> [Task goal]
Would you repeat each line below precisely as it stands?
****************************************
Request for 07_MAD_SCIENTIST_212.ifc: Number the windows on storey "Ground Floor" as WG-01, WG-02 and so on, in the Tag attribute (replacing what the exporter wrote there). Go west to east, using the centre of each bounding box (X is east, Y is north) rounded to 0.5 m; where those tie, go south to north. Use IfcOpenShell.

First a look at what the model holds.

```python
import ifcopenshell
import ifcopenshell.util.element
import ifcopenshell.util.placement

model = ifcopenshell.open("07_MAD_SCIENTIST_212.ifc")
print(model.schema)
storey = next(s for s in model.by_type("IfcBuildingStorey") if s.Name == "Ground Floor")
windows = [e for e in ifcopenshell.util.element.get_decomposition(storey) if e.is_a("IfcWindow")]
for e in sorted(windows, key=lambda e: e.id()):
    origin = ifcopenshell.util.placement.get_local_placement(e.ObjectPlacement)[:3, 3]
    print(e.id(), e.Tag, e.Name, origin.round(2) + 0.0, sep=" | ")
```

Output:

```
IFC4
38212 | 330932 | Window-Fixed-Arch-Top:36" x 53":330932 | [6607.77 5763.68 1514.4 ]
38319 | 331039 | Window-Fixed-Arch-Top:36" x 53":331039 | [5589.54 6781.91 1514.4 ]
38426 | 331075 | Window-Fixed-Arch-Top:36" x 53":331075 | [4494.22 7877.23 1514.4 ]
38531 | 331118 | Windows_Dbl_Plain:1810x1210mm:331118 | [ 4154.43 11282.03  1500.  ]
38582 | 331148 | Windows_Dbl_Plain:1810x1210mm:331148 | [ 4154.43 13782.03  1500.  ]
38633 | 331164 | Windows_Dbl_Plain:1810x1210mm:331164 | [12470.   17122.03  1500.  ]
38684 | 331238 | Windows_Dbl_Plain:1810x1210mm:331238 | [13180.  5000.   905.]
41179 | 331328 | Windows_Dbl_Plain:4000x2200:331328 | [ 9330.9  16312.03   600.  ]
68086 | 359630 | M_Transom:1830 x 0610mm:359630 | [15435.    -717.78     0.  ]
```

```python
import ifcopenshell
import ifcopenshell.geom
import ifcopenshell.util.element
import ifcopenshell.util.shape

model = ifcopenshell.open("07_MAD_SCIENTIST_212.ifc")
settings = ifcopenshell.geom.settings()
settings.set("use-world-coords", True)


def centre(element):
    shape = ifcopenshell.geom.create_shape(settings, element)
    return ifcopenshell.util.shape.get_bbox_centroid(shape.geometry)


storey = next(s for s in model.by_type("IfcBuildingStorey") if s.Name == "Ground Floor")
windows = [e for e in ifcopenshell.util.element.get_decomposition(storey) if e.is_a("IfcWindow")]

# Insertion points can sit at a corner or the storey origin, so sort by the geometry (in metres).
centres = {e: centre(e) for e in windows}
windows.sort(key=lambda e: (round(centres[e][0] / 0.5), centres[e][1]))

for i, e in enumerate(windows, start=1):
    number = f"WG-{i:02d}"
    e.Tag = number
    print(e.id(), number)

model.write("07_MAD_SCIENTIST_212_v2.ifc")
```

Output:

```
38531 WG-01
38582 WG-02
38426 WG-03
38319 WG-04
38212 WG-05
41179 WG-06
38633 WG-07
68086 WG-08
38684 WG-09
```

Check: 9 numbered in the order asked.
****************************************
> [Exercise result]
Request for 07_MAD_SCIENTIST_212.ifc: Number the windows on storey "Ground Floor" as WG-01, WG-02 and so on, in the Tag attribute (replacing what the exporter wrote there). Go west to east, using the centre of each bounding box (X is east, Y is north) rounded to 0.5 m; where those tie, go south to north. Use IfcOpenShell.

First a look at what the model holds.

```python
import ifcopenshell
import ifcopenshell.util.element
import ifcopenshell.util.placement

model = ifcopenshell.open("07_MAD_SCIENTIST_212.ifc")
print(model.schema)
storey = next(s for s in model.by_type("IfcBuildingStorey") if s.Name == "Ground Floor")
windows = [e for e in ifcopenshell.util.element.get_decomposition(storey) if e.is_a("IfcWindow")]
for e in sorted(windows, key=lambda e: e.id()):
    origin = ifcopenshell.util.placement.get_local_placement(e.ObjectPlacement)[:3, 3]
    print(e.id(), e.Tag, e.Name, origin.round(2) + 0.0, sep=" | ")
```

Output:

```
IFC4
38212 | 330932 | Window-Fixed-Arch-Top:36" x 53":330932 | [6607.77 5763.68 1514.4 ]
38319 | 331039 | Window-Fixed-Arch-Top:36" x 53":331039 | [5589.54 6781.91 1514.4 ]
38426 | 331075 | Window-Fixed-Arch-Top:36" x 53":331075 | [4494.22 7877.23 1514.4 ]
38531 | 331118 | Windows_Dbl_Plain:1810x1210mm:331118 | [ 4154.43 11282.03  1500.  ]
38582 | 331148 | Windows_Dbl_Plain:1810x1210mm:331148 | [ 4154.43 13782.03  1500.  ]
38633 | 331164 | Windows_Dbl_Plain:1810x1210mm:331164 | [12470.   17122.03  1500.  ]
38684 | 331238 | Windows_Dbl_Plain:1810x1210mm:331238 | [13180.  5000.   905.]
41179 | 331328 | Windows_Dbl_Plain:4000x2200:331328 | [ 9330.9  16312.03   600.  ]
68086 | 359630 | M_Transom:1830 x 0610mm:359630 | [15435.    -717.78     0.  ]
```

```python
import ifcopenshell
import ifcopenshell.geom
import ifcopenshell.util.element
import ifcopenshell.util.shape

model = ifcopenshell.open("07_MAD_SCIENTIST_212.ifc")
settings = ifcopenshell.geom.settings()
settings.set("use-world-coords", True)


def centre(element):
    shape = ifcopenshell.geom.create_shape(settings, element)
    return ifcopenshell.util.shape.get_bbox_centroid(shape.geometry)


storey = next(s for s in model.by_type("IfcBuildingStorey") if s.Name == "Ground Floor")
windows = [e for e in ifcopenshell.util.element.get_decomposition(storey) if e.is_a("IfcWindow")]

# Insertion points can sit at a corner or the storey origin, so sort by the geometry (in metres).
centres = {e: centre(e) for e in windows}
windows.sort(key=lambda e: (round(centres[e][0] / 0.5), centres[e][1]))

for i, e in enumerate(windows, start=1):
    number = f"WG-{i:02d}"
    e.Tag = number
    print(e.id(), number)

model.write("07_MAD_SCIENTIST_212_v2.ifc")
```

Output:

```
38531 WG-01
38582 WG-02
38426 WG-03
38319 WG-04
38212 WG-05
41179 WG-06
38633 WG-07
68086 WG-08
38684 WG-09
```

Check: 9 numbered in the order asked.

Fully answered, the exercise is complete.